The paper proposes to approximate the minimum value of the Tucker tensor decomposition optimization problem (as this is directly related to Tucker rank). The algorithm the paper proposed is very efficient. The problem is indeed interesting and useful. The theoretical contribution is indeed novel and is based on the weak version of Szemerédi’s regularity lemma. Experiments demonstrate the practical usefulness of the algorithm. Summary. I believe that the algorithm is novel and the theoretical expositions interesting, useful and important. I believe that this a very good paper to be presented in NIPS. I believe that the paper should be accepted in the main programme.

Reviewer 3


		
Summary: This paper introduces an approximation algorithm 'sample_s' to approximate the original tensor X using an a constant small-sized sub-tensor X_tilt, which is 'extracted' from the original via the random sampling of sub-indices, such that the residual error of Tucker decomposition of X_tilt can stay close to that of X. And the algorithm depends only on the sampling size 's', which is free of the original tensor size 'N'. Strength: 1. By adapting the concept of 'dikernels' (and the associated theoretical result) to tensor representation, this paper provides theoretical analysis that characterizes the bounds of the residual error of tensor for the proposed algorithm. 2. The paper is clearly written, both the motivation and proposed solution can be easily grasped from the beginning of the text.
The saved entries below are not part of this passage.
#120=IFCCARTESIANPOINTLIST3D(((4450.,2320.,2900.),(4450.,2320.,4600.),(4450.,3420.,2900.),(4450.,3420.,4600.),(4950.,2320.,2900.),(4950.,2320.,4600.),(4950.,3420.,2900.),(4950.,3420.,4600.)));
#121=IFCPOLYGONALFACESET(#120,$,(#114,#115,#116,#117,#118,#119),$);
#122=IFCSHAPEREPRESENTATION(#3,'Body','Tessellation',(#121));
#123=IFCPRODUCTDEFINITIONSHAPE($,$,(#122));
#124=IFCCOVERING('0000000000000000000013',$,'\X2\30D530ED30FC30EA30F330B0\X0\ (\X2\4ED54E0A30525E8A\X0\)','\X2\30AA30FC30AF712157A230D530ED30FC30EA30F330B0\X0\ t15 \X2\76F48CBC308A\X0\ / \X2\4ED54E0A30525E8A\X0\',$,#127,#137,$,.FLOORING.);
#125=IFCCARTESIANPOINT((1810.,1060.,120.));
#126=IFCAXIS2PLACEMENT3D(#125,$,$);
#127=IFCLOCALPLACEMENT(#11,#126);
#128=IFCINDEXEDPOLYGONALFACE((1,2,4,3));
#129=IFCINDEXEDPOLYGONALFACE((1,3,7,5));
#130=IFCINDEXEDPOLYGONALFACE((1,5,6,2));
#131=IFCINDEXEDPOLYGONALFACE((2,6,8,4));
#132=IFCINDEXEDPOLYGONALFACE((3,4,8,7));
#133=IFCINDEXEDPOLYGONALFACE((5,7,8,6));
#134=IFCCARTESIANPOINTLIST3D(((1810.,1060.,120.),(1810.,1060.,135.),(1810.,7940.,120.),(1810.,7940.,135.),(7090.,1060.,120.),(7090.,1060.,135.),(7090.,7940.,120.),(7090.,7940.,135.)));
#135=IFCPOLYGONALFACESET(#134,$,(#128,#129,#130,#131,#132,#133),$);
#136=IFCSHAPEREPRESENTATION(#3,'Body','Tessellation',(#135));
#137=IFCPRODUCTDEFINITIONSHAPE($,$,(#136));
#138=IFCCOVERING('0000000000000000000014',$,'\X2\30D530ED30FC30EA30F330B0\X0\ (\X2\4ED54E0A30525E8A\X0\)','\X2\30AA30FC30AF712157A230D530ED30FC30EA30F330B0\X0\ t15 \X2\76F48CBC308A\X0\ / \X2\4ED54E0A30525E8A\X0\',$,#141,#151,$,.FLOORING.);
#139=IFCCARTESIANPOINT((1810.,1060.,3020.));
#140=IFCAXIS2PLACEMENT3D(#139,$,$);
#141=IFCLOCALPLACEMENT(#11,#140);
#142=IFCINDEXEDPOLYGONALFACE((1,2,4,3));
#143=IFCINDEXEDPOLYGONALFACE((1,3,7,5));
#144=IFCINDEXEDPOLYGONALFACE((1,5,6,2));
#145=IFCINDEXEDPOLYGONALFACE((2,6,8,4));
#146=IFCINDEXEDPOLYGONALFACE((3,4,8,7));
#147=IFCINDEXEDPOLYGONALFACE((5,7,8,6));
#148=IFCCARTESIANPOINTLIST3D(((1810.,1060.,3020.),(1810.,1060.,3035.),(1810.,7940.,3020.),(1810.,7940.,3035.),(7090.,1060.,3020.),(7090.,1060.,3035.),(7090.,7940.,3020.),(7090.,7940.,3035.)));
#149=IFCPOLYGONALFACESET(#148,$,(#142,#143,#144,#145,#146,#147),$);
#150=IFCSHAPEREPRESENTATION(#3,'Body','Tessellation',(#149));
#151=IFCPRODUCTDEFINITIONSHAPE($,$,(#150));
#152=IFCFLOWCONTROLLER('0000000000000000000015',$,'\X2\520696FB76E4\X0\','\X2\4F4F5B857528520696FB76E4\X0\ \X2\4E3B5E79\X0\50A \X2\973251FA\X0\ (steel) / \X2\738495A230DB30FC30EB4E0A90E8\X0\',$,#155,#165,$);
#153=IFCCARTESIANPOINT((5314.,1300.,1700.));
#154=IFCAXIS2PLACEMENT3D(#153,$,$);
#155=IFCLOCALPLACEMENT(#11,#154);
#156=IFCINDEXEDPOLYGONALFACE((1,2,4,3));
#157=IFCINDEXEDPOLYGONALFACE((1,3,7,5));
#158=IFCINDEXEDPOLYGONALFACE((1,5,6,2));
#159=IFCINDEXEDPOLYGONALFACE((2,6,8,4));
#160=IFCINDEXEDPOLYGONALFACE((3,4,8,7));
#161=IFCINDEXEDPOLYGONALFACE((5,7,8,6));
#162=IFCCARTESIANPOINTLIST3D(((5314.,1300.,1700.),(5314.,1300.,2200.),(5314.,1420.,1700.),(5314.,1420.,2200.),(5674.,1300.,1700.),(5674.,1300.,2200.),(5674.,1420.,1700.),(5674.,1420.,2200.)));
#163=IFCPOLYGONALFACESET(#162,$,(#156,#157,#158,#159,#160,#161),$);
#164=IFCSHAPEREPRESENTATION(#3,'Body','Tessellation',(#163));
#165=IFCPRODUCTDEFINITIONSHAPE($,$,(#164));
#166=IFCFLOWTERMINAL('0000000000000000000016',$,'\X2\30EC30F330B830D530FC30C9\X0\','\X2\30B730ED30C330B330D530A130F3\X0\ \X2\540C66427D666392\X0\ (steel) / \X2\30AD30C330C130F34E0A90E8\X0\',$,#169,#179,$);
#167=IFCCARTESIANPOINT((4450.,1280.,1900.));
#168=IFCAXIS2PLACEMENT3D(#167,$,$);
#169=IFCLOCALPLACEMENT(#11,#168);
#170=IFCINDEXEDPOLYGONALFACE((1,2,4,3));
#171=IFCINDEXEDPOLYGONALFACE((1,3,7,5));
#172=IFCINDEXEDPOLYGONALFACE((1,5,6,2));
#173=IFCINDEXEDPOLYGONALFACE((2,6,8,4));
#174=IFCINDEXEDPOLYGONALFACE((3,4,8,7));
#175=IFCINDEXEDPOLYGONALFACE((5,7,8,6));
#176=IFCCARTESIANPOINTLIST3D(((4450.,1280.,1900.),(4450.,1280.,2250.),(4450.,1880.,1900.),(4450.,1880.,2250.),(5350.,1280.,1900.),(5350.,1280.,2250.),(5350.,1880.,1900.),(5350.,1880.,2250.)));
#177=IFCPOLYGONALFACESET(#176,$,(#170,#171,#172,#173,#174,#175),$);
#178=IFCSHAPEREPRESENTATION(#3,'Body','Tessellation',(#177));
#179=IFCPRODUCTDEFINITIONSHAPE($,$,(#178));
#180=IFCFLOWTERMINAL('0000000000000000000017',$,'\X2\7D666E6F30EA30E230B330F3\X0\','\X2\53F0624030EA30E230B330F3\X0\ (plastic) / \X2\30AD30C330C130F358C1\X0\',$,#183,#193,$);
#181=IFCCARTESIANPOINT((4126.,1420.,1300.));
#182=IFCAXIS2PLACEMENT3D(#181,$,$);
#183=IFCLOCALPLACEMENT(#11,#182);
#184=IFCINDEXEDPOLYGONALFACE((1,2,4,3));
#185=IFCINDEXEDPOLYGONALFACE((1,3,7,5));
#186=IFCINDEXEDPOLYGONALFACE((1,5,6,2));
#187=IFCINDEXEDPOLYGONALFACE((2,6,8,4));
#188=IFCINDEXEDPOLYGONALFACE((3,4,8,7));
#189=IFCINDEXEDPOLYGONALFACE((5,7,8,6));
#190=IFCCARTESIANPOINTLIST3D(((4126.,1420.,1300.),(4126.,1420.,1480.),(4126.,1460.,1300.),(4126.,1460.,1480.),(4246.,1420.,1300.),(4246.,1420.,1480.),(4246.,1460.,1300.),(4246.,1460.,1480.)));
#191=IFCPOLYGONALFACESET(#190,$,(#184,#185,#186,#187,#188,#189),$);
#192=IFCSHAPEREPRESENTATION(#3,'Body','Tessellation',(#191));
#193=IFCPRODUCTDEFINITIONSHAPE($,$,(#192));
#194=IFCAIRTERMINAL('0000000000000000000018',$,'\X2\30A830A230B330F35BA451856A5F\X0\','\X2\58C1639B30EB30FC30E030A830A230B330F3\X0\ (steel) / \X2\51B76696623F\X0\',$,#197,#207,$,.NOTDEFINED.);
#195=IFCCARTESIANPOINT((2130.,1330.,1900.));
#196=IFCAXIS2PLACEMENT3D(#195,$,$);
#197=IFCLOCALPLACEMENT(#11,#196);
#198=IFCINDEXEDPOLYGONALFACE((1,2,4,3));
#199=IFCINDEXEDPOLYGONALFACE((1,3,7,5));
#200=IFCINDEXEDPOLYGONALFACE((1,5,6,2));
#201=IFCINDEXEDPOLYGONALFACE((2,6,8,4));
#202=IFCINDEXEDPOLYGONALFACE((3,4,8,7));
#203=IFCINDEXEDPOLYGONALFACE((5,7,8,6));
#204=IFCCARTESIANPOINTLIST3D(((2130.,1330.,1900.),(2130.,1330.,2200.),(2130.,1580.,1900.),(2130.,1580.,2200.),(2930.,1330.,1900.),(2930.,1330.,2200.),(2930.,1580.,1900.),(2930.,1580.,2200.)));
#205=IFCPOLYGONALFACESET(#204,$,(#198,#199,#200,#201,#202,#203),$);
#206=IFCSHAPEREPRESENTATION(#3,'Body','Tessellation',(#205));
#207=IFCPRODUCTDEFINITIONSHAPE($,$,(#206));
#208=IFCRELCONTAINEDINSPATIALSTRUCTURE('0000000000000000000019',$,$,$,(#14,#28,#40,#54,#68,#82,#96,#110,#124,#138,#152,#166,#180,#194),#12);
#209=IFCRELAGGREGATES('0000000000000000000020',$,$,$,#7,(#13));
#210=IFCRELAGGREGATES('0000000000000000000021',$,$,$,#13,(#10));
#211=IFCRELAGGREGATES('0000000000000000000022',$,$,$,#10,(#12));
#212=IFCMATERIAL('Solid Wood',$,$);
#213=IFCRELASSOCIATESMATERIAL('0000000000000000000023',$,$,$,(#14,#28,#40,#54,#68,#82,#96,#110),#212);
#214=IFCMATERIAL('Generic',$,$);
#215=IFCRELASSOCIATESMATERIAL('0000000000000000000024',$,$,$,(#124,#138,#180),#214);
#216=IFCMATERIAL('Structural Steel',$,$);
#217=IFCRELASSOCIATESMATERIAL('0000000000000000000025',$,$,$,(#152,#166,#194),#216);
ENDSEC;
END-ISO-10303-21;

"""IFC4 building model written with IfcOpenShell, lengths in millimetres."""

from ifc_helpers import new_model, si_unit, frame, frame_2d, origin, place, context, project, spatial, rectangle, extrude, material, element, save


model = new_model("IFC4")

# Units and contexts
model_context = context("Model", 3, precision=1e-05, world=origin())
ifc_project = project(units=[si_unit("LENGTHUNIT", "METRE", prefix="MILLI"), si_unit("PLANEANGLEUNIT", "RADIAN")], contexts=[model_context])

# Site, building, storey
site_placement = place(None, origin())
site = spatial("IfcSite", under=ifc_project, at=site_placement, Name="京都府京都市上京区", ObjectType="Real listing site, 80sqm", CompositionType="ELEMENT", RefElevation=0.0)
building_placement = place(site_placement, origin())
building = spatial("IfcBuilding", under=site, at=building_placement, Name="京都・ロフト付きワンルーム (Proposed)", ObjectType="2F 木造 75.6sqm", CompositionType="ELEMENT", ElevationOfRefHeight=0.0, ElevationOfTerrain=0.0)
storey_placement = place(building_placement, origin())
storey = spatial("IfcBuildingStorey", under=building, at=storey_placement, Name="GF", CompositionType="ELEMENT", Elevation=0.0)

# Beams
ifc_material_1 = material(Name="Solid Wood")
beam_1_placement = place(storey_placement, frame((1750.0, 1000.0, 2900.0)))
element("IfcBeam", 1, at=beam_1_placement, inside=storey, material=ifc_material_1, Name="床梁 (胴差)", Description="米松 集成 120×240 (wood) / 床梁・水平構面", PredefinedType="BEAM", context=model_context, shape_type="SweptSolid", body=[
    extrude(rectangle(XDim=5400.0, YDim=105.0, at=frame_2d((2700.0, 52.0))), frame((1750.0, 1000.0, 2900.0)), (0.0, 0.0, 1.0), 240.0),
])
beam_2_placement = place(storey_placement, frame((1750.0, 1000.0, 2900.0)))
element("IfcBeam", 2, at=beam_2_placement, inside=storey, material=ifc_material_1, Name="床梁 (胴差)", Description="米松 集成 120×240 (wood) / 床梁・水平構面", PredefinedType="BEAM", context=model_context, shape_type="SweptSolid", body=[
Weakness: 1. The real applications that the proposed method can be applied to seem to be rather restricted. It seems the proposed algorithm can only be used as a fast evaluation of residual error for 'guessing' or 'predetermining' the range of Tucker ranks, not the real ranks. 2. Since the sampling size 's' depends on the exponential term 2^[1/(e^2K-2)] (in Theorem 3.4), it could be very large if one requires the error tolerance 'e' to be relatively small and the order of tensor 'K' to be high. In that situation, there won't be much benefits to use this algorithm. Question: 1. In the Fig.1, why blue curve with large sample size 's=80' achieves the worst error compared with that of red curve with small sample size 's=20'? Overall, although proposed algorithm is theoretically sound, but appears be limited in applications for practical propose.